YOUR INSTRUCTIONS:
Reproduce the material that follows exactly, with no line left out.

PROVIDED DATA:
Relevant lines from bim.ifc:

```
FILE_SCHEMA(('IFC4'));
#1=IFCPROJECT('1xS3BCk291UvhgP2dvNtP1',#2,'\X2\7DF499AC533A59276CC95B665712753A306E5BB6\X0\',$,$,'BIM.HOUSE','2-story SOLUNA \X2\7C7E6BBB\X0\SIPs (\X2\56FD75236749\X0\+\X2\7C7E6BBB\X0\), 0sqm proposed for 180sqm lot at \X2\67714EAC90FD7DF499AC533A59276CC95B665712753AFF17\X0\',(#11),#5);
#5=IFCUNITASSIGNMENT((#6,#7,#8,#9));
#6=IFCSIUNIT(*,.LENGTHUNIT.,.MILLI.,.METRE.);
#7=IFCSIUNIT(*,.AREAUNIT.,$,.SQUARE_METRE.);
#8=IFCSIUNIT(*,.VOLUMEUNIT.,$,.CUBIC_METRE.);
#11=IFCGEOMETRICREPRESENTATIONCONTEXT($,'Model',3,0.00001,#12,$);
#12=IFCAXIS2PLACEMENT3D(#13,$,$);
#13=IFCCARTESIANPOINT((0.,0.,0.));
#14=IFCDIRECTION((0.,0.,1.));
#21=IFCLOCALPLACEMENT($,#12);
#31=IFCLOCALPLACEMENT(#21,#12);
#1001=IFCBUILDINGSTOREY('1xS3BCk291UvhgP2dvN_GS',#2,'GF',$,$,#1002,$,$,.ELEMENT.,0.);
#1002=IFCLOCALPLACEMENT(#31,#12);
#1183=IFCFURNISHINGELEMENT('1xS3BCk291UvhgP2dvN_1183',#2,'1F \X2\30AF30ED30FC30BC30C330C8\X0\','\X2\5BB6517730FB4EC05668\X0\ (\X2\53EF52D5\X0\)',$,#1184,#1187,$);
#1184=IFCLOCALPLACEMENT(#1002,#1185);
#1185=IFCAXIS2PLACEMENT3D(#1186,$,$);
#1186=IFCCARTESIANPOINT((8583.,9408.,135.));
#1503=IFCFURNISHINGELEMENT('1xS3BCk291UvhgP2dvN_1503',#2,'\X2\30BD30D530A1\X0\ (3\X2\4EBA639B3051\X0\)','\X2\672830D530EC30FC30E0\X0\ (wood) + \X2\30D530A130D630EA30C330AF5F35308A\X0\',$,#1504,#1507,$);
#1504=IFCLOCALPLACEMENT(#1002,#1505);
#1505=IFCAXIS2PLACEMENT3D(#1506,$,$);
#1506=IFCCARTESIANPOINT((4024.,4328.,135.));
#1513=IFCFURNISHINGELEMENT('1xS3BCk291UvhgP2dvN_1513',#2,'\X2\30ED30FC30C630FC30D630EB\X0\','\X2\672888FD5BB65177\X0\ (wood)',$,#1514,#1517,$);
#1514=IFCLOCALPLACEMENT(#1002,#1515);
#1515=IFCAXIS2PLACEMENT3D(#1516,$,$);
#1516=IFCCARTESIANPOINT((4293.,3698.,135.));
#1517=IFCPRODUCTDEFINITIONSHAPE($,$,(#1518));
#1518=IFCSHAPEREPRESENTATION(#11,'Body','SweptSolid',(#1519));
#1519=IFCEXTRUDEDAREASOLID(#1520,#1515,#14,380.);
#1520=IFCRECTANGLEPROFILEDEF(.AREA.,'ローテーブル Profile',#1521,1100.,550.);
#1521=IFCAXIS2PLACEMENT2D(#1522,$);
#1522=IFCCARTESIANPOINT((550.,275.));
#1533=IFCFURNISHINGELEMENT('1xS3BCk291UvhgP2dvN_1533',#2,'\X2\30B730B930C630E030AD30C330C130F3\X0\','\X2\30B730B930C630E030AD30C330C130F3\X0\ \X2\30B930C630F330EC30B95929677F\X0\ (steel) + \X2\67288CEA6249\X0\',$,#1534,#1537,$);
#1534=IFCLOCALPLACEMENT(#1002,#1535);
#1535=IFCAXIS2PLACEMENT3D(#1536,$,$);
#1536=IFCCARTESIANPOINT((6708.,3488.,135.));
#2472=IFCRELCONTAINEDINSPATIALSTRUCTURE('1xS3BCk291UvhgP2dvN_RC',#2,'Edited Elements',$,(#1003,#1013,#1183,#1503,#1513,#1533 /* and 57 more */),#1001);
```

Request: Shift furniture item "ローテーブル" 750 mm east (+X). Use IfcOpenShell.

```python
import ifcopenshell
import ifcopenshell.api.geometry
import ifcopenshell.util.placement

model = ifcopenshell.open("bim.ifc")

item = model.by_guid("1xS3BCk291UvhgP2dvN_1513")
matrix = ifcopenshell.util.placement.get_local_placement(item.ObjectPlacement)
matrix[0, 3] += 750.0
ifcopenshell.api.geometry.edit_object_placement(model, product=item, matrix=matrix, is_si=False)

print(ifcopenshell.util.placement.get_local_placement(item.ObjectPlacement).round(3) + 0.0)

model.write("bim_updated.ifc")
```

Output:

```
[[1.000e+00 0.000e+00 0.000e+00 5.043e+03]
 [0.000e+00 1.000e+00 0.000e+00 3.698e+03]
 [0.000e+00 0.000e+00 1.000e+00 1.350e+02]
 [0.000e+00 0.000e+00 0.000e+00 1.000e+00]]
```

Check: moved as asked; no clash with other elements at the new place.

WRITTEN ANSWER:
Relevant lines from bim.ifc:

```
FILE_SCHEMA(('IFC4'));
#1=IFCPROJECT('1xS3BCk291UvhgP2dvNtP1',#2,'\X2\7DF499AC533A59276CC95B665712753A306E5BB6\X0\',$,$,'BIM.HOUSE','2-story SOLUNA \X2\7C7E6BBB\X0\SIPs (\X2\56FD75236749\X0\+\X2\7C7E6BBB\X0\), 0sqm proposed for 180sqm lot at \X2\67714EAC90FD7DF499AC533A59276CC95B665712753AFF17\X0\',(#11),#5);
#5=IFCUNITASSIGNMENT((#6,#7,#8,#9));
#6=IFCSIUNIT(*,.LENGTHUNIT.,.MILLI.,.METRE.);
#7=IFCSIUNIT(*,.AREAUNIT.,$,.SQUARE_METRE.);
#8=IFCSIUNIT(*,.VOLUMEUNIT.,$,.CUBIC_METRE.);
#11=IFCGEOMETRICREPRESENTATIONCONTEXT($,'Model',3,0.00001,#12,$);
#12=IFCAXIS2PLACEMENT3D(#13,$,$);
#13=IFCCARTESIANPOINT((0.,0.,0.));
#14=IFCDIRECTION((0.,0.,1.));
#21=IFCLOCALPLACEMENT($,#12);
#31=IFCLOCALPLACEMENT(#21,#12);
#1001=IFCBUILDINGSTOREY('1xS3BCk291UvhgP2dvN_GS',#2,'GF',$,$,#1002,$,$,.ELEMENT.,0.);
#1002=IFCLOCALPLACEMENT(#31,#12);
#1183=IFCFURNISHINGELEMENT('1xS3BCk291UvhgP2dvN_1183',#2,'1F \X2\30AF30ED30FC30BC30C330C8\X0\','\X2\5BB6517730FB4EC05668\X0\ (\X2\53EF52D5\X0\)',$,#1184,#1187,$);
#1184=IFCLOCALPLACEMENT(#1002,#1185);
#1185=IFCAXIS2PLACEMENT3D(#1186,$,$);
#1186=IFCCARTESIANPOINT((8583.,9408.,135.));
#1503=IFCFURNISHINGELEMENT('1xS3BCk291UvhgP2dvN_1503',#2,'\X2\30BD30D530A1\X0\ (3\X2\4EBA639B3051\X0\)','\X2\672830D530EC30FC30E0\X0\ (wood) + \X2\30D530A130D630EA30C330AF5F35308A\X0\',$,#1504,#1507,$);
#1504=IFCLOCALPLACEMENT(#1002,#1505);
#1505=IFCAXIS2PLACEMENT3D(#1506,$,$);
#1506=IFCCARTESIANPOINT((4024.,4328.,135.));
#1513=IFCFURNISHINGELEMENT('1xS3BCk291UvhgP2dvN_1513',#2,'\X2\30ED30FC30C630FC30D630EB\X0\','\X2\672888FD5BB65177\X0\ (wood)',$,#1514,#1517,$);
#1514=IFCLOCALPLACEMENT(#1002,#1515);
#1515=IFCAXIS2PLACEMENT3D(#1516,$,$);
#1516=IFCCARTESIANPOINT((4293.,3698.,135.));
#1517=IFCPRODUCTDEFINITIONSHAPE($,$,(#1518));
#1518=IFCSHAPEREPRESENTATION(#11,'Body','SweptSolid',(#1519));
#1519=IFCEXTRUDEDAREASOLID(#1520,#1515,#14,380.);
#1520=IFCRECTANGLEPROFILEDEF(.AREA.,'ローテーブル Profile',#1521,1100.,550.);
#1521=IFCAXIS2PLACEMENT2D(#1522,$);
#1522=IFCCARTESIANPOINT((550.,275.));
#1533=IFCFURNISHINGELEMENT('1xS3BCk291UvhgP2dvN_1533',#2,'\X2\30B730B930C630E030AD30C330C130F3\X0\','\X2\30B730B930C630E030AD30C330C130F3\X0\ \X2\30B930C630F330EC30B95929677F\X0\ (steel) + \X2\67288CEA6249\X0\',$,#1534,#1537,$);
#1534=IFCLOCALPLACEMENT(#1002,#1535);
#1535=IFCAXIS2PLACEMENT3D(#1536,$,$);
#1536=IFCCARTESIANPOINT((6708.,3488.,135.));
#2472=IFCRELCONTAINEDINSPATIALSTRUCTURE('1xS3BCk291UvhgP2dvN_RC',#2,'Edited Elements',$,(#1003,#1013,#1183,#1503,#1513,#1533 /* and 57 more */),#1001);
```

Request: Shift furniture item "ローテーブル" 750 mm east (+X). Use IfcOpenShell.

```python
import ifcopenshell
import ifcopenshell.api.geometry
import ifcopenshell.util.placement

model = ifcopenshell.open("bim.ifc")

item = model.by_guid("1xS3BCk291UvhgP2dvN_1513")
matrix = ifcopenshell.util.placement.get_local_placement(item.ObjectPlacement)
matrix[0, 3] += 750.0
ifcopenshell.api.geometry.edit_object_placement(model, product=item, matrix=matrix, is_si=False)

print(ifcopenshell.util.placement.get_local_placement(item.ObjectPlacement).round(3) + 0.0)

model.write("bim_updated.ifc")
```

Output:

```
[[1.000e+00 0.000e+00 0.000e+00 5.043e+03]
 [0.000e+00 1.000e+00 0.000e+00 3.698e+03]
 [0.000e+00 0.000e+00 1.000e+00 1.350e+02]
 [0.000e+00 0.000e+00 0.000e+00 1.000e+00]]
```

Check: moved as asked; no clash with other elements at the new place.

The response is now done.